Show every line of the records below that contains the word "proposed".

RECORDS TO USE section start

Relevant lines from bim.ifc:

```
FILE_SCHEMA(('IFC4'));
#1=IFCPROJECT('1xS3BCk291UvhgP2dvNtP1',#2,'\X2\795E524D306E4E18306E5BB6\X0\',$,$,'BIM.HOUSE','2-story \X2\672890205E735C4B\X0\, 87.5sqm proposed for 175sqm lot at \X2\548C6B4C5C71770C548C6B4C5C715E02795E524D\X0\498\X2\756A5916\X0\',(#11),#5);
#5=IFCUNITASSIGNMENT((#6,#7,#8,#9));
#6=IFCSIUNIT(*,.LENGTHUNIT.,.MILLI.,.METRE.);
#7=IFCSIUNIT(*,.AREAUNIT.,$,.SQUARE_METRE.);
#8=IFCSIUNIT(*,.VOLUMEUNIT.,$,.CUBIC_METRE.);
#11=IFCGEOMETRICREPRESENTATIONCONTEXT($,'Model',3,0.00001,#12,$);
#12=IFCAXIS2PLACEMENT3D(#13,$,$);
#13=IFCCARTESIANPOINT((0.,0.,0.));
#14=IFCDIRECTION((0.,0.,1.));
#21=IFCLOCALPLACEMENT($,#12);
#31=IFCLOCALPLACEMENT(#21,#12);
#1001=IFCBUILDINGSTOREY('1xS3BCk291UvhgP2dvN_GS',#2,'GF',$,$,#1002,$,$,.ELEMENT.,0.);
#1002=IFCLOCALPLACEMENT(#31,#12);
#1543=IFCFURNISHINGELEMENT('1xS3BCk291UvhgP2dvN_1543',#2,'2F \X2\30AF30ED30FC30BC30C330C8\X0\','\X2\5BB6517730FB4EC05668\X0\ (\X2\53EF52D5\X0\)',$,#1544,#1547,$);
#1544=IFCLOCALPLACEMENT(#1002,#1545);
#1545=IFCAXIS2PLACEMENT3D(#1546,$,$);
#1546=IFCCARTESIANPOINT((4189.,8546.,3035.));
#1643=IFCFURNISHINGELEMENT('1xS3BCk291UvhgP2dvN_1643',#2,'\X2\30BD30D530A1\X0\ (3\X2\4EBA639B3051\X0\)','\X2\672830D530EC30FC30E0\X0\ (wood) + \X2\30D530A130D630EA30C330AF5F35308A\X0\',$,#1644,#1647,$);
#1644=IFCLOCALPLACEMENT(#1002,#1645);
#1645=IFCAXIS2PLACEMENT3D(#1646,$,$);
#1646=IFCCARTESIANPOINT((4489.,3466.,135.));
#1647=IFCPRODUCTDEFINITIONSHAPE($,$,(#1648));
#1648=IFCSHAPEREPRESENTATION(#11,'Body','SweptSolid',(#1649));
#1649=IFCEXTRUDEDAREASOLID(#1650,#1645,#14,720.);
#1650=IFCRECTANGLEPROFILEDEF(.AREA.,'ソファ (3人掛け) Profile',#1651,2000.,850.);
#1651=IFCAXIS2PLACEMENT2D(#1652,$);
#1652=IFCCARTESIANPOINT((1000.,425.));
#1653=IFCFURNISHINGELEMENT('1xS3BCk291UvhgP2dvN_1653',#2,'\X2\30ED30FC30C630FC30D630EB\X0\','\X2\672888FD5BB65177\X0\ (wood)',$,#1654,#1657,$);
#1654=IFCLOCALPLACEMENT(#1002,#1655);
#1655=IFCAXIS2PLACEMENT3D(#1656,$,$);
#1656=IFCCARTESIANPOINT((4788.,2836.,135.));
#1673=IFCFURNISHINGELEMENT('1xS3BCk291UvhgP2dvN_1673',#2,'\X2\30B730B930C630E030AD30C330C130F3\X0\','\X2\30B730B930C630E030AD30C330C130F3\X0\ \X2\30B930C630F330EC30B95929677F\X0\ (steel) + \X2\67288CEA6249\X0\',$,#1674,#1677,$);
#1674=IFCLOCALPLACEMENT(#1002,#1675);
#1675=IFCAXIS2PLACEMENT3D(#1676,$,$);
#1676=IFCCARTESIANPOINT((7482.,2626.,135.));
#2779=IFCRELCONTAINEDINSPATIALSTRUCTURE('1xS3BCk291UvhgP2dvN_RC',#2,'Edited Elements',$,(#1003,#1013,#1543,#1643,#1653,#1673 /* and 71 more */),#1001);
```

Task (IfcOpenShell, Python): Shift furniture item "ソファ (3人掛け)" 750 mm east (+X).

```python
import ifcopenshell
import ifcopenshell.api.geometry
import ifcopenshell.util.placement
import ifcopenshell.util.unit

model = ifcopenshell.open("bim.ifc")
unit_scale = ifcopenshell.util.unit.calculate_unit_scale(model)

item = model.by_guid("1xS3BCk291UvhgP2dvN_1643")
matrix = ifcopenshell.util.placement.get_local_placement(item.ObjectPlacement)
matrix[0, 3] += 0.75 / unit_scale
ifcopenshell.api.geometry.edit_object_placement(model, product=item, matrix=matrix, is_si=False)

print(ifcopenshell.util.placement.get_local_placement(item.ObjectPlacement).round(3) + 0.0)

model.write("bim-out.ifc")
```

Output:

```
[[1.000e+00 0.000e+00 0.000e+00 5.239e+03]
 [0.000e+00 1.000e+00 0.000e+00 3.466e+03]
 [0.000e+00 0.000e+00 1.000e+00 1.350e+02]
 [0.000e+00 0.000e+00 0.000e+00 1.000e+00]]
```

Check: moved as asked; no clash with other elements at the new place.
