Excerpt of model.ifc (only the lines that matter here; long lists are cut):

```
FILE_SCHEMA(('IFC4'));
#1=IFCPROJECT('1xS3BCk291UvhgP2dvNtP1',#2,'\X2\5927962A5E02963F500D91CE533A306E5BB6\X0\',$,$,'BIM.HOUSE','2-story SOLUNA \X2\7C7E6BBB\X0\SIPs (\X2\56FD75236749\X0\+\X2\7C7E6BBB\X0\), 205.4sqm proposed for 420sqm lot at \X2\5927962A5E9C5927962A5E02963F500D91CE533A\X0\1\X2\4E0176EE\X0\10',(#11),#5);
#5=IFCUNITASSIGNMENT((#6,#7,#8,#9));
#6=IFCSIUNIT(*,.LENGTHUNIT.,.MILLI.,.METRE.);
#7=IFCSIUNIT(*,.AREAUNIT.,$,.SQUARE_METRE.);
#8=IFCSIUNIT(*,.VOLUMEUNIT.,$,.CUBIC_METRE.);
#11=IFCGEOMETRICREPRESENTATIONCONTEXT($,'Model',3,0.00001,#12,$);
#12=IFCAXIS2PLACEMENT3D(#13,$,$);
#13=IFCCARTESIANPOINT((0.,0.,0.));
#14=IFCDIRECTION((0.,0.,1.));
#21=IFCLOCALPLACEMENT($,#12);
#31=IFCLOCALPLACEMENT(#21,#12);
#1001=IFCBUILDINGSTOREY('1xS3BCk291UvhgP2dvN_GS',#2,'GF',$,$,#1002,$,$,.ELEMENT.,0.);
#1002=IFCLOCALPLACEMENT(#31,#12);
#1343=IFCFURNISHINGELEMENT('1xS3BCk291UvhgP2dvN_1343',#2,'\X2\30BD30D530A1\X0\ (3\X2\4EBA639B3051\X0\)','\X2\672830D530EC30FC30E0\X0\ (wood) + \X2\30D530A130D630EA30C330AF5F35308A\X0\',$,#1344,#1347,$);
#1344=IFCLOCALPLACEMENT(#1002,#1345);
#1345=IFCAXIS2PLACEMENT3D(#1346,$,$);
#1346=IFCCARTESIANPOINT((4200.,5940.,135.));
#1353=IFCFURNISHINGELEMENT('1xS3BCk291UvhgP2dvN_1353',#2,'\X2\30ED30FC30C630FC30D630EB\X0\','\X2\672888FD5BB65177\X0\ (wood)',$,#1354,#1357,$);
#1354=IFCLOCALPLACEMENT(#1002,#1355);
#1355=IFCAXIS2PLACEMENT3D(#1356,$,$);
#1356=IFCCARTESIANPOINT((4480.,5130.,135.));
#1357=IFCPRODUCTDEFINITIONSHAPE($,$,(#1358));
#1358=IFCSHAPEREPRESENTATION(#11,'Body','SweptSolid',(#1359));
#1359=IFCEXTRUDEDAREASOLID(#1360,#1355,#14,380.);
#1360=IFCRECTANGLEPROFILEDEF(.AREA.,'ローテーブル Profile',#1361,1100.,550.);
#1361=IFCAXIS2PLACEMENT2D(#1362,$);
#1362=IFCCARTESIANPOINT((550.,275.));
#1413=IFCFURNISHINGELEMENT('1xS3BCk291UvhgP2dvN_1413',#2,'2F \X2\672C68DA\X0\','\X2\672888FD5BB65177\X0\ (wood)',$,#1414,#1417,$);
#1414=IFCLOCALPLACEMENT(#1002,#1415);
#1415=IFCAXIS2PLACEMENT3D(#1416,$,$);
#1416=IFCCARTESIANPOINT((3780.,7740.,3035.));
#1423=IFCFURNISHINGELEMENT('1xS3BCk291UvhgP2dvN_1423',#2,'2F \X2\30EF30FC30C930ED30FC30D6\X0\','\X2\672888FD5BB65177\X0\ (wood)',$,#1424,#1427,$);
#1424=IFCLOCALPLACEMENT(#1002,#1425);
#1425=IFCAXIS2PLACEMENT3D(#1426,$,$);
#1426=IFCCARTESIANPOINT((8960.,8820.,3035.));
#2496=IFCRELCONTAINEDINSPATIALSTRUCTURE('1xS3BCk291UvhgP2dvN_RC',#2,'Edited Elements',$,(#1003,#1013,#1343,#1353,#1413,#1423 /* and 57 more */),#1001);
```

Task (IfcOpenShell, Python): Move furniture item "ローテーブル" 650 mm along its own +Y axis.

```python
import ifcopenshell
import ifcopenshell.api.geometry
import ifcopenshell.util.placement

model = ifcopenshell.open("model.ifc")

item = model.by_guid("1xS3BCk291UvhgP2dvN_1353")
matrix = ifcopenshell.util.placement.get_local_placement(item.ObjectPlacement)
matrix[:3, 3] += matrix[:3, 1] * 650.0
ifcopenshell.api.geometry.edit_object_placement(model, product=item, matrix=matrix, is_si=False)

print(ifcopenshell.util.placement.get_local_placement(item.ObjectPlacement).round(3) + 0.0)

model.write("model_updated.ifc")
```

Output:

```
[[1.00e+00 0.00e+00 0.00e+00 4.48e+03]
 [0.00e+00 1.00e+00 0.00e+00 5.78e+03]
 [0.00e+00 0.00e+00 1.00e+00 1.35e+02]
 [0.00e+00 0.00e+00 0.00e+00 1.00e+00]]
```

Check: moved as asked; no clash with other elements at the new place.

RECORDS TO USE section end

PROBLEM SOLUTION:
#1=IFCPROJECT('1xS3BCk291UvhgP2dvNtP1',#2,'\X2\795E524D306E4E18306E5BB6\X0\',$,$,'BIM.HOUSE','2-story \X2\672890205E735C4B\X0\, 87.5sqm proposed for 175sqm lot at \X2\548C6B4C5C71770C548C6B4C5C715E02795E524D\X0\498\X2\756A5916\X0\',(#11),#5);
#1=IFCPROJECT('1xS3BCk291UvhgP2dvNtP1',#2,'\X2\5927962A5E02963F500D91CE533A306E5BB6\X0\',$,$,'BIM.HOUSE','2-story SOLUNA \X2\7C7E6BBB\X0\SIPs (\X2\56FD75236749\X0\+\X2\7C7E6BBB\X0\), 205.4sqm proposed for 420sqm lot at \X2\5927962A5E9C5927962A5E02963F500D91CE533A\X0\1\X2\4E0176EE\X0\10',(#11),#5);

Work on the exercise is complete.